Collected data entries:
------------------------------------
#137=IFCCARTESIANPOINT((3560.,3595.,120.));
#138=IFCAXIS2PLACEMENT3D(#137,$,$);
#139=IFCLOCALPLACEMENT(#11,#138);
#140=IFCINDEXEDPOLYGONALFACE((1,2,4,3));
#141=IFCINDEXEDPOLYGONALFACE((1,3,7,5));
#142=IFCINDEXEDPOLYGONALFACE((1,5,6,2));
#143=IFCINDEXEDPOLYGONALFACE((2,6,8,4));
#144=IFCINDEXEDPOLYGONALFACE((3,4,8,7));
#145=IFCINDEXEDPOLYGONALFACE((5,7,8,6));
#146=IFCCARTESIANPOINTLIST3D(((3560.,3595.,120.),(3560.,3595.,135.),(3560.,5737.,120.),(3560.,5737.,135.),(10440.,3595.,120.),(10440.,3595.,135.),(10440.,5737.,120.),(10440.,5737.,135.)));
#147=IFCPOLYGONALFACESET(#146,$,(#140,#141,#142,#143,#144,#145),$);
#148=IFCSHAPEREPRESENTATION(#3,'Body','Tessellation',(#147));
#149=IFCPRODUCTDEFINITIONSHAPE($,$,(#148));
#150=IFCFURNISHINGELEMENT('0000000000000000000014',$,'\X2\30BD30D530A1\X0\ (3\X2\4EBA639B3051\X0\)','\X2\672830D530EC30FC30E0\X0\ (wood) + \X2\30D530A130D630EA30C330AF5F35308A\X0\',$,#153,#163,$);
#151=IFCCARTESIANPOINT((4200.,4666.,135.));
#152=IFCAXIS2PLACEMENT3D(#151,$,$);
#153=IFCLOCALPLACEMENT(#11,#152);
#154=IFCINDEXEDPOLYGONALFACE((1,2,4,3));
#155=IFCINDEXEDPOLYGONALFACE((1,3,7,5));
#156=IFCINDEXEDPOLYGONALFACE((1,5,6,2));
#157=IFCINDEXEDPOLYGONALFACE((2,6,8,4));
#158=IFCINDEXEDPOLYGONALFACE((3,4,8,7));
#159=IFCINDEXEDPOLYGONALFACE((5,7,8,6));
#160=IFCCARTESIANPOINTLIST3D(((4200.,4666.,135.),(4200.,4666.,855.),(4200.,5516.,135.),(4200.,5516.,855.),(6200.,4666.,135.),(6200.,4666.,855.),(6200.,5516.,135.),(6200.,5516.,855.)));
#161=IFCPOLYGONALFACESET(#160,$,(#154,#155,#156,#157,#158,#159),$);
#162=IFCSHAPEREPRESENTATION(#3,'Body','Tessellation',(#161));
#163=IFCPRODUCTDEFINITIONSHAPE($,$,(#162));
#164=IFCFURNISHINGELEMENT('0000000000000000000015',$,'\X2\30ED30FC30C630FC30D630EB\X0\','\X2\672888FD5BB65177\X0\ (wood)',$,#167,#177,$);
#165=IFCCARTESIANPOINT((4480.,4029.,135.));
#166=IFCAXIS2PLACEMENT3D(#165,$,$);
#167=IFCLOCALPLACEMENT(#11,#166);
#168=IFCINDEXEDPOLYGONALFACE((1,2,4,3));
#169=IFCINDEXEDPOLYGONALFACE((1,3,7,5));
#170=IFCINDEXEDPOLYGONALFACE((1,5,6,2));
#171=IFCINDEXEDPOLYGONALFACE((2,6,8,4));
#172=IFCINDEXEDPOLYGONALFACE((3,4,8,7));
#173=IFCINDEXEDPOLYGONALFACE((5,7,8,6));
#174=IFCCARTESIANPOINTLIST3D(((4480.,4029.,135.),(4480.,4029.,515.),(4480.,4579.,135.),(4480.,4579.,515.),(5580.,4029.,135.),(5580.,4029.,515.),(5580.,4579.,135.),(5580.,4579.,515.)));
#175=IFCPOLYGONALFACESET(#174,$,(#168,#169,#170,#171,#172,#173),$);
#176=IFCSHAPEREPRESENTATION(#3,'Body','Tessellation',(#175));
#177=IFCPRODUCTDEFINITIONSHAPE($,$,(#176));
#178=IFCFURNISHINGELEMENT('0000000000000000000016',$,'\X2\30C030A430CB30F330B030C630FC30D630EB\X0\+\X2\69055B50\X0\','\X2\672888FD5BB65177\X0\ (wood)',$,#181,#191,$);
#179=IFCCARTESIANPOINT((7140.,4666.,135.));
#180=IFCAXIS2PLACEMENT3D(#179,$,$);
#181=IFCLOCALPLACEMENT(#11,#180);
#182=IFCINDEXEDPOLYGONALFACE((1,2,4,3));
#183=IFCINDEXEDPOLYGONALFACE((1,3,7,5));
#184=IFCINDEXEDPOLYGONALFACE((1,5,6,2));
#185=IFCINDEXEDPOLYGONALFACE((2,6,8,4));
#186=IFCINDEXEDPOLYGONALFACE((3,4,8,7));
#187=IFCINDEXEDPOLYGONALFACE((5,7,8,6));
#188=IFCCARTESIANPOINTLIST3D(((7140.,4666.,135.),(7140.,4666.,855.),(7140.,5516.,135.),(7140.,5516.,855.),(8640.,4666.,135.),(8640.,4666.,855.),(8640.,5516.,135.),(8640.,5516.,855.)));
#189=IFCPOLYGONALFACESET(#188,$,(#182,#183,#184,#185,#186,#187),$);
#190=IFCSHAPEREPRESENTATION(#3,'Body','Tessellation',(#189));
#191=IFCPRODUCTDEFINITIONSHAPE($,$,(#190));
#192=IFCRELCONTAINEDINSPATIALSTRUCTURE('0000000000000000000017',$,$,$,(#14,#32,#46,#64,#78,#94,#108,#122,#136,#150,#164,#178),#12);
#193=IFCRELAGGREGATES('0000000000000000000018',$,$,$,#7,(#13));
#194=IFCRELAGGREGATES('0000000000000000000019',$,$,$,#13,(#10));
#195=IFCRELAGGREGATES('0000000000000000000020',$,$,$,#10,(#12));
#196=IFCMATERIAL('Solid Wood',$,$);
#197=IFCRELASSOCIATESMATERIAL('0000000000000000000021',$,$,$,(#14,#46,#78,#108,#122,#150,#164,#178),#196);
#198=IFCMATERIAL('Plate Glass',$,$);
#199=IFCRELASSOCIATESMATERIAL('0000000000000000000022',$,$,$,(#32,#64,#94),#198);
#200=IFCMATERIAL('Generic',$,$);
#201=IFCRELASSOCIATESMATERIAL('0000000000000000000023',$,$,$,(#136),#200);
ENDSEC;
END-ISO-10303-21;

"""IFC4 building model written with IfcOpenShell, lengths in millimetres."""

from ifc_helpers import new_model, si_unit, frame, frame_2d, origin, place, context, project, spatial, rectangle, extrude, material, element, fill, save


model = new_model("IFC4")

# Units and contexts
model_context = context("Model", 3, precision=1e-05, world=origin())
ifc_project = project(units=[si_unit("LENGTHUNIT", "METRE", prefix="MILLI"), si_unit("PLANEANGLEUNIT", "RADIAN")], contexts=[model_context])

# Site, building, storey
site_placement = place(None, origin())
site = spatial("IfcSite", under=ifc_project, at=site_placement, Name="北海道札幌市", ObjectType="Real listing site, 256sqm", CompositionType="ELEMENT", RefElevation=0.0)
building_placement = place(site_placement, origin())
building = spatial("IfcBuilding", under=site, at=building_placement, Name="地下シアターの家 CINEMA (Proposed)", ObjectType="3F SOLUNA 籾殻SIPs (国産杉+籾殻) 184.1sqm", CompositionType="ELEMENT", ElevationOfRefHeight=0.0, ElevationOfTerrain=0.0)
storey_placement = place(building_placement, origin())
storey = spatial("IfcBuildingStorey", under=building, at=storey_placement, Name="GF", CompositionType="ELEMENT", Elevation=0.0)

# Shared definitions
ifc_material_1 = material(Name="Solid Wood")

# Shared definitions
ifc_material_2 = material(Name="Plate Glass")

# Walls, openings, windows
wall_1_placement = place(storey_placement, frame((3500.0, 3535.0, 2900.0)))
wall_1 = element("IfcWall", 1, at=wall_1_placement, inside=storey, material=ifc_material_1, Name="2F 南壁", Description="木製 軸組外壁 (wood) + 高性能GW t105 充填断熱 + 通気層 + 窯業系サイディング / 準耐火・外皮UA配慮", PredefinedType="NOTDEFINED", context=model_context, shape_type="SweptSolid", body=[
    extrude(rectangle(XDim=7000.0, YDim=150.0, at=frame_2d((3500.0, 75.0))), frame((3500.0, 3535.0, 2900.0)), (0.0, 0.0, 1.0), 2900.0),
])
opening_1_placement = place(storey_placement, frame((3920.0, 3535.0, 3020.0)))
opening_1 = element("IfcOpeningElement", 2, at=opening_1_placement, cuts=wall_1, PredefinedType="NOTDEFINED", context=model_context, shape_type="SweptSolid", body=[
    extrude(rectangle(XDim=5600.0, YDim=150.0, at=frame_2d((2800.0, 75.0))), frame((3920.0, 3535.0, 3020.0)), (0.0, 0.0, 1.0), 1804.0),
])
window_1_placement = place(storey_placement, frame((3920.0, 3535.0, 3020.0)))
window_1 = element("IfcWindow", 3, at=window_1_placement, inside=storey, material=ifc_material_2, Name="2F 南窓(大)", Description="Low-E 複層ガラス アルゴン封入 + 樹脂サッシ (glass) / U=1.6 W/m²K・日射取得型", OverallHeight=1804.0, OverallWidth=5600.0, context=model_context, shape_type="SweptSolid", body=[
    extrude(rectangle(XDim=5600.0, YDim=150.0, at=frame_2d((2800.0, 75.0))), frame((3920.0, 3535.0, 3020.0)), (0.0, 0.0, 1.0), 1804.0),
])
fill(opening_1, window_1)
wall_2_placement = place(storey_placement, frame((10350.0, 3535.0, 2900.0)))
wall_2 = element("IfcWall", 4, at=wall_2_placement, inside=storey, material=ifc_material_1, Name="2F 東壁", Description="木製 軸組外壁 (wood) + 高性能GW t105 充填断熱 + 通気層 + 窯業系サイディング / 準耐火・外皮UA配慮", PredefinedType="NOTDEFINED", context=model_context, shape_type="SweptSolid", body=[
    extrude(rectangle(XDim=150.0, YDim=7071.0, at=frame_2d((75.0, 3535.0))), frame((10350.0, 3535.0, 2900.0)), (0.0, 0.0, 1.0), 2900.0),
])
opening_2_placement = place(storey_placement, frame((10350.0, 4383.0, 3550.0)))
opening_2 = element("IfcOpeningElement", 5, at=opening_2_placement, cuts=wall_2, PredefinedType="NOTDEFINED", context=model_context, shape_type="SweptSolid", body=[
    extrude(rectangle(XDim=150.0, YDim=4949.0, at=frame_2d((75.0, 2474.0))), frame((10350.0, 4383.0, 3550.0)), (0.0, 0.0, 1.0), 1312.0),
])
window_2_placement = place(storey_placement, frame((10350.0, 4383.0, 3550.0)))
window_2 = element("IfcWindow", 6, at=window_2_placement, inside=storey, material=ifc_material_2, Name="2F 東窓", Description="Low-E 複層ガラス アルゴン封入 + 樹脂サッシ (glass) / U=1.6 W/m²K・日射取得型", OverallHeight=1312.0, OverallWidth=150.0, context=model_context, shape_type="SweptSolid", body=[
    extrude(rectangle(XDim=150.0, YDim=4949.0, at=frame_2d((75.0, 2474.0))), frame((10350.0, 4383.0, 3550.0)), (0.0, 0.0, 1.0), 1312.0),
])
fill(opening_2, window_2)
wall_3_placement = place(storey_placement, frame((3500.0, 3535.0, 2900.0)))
------------------------------------
TASK INSTRUCTIONS:
Throughout the records above, find the lines in which the word "日射取得型" appears and return them.

EXPECTED ANSWER:
window_1 = element("IfcWindow", 3, at=window_1_placement, inside=storey, material=ifc_material_2, Name="2F 南窓(大)", Description="Low-E 複層ガラス アルゴン封入 + 樹脂サッシ (glass) / U=1.6 W/m²K・日射取得型", OverallHeight=1804.0, OverallWidth=5600.0, context=model_context, shape_type="SweptSolid", body=[
window_2 = element("IfcWindow", 6, at=window_2_placement, inside=storey, material=ifc_material_2, Name="2F 東窓", Description="Low-E 複層ガラス アルゴン封入 + 樹脂サッシ (glass) / U=1.6 W/m²K・日射取得型", OverallHeight=1312.0, OverallWidth=150.0, context=model_context, shape_type="SweptSolid", body=[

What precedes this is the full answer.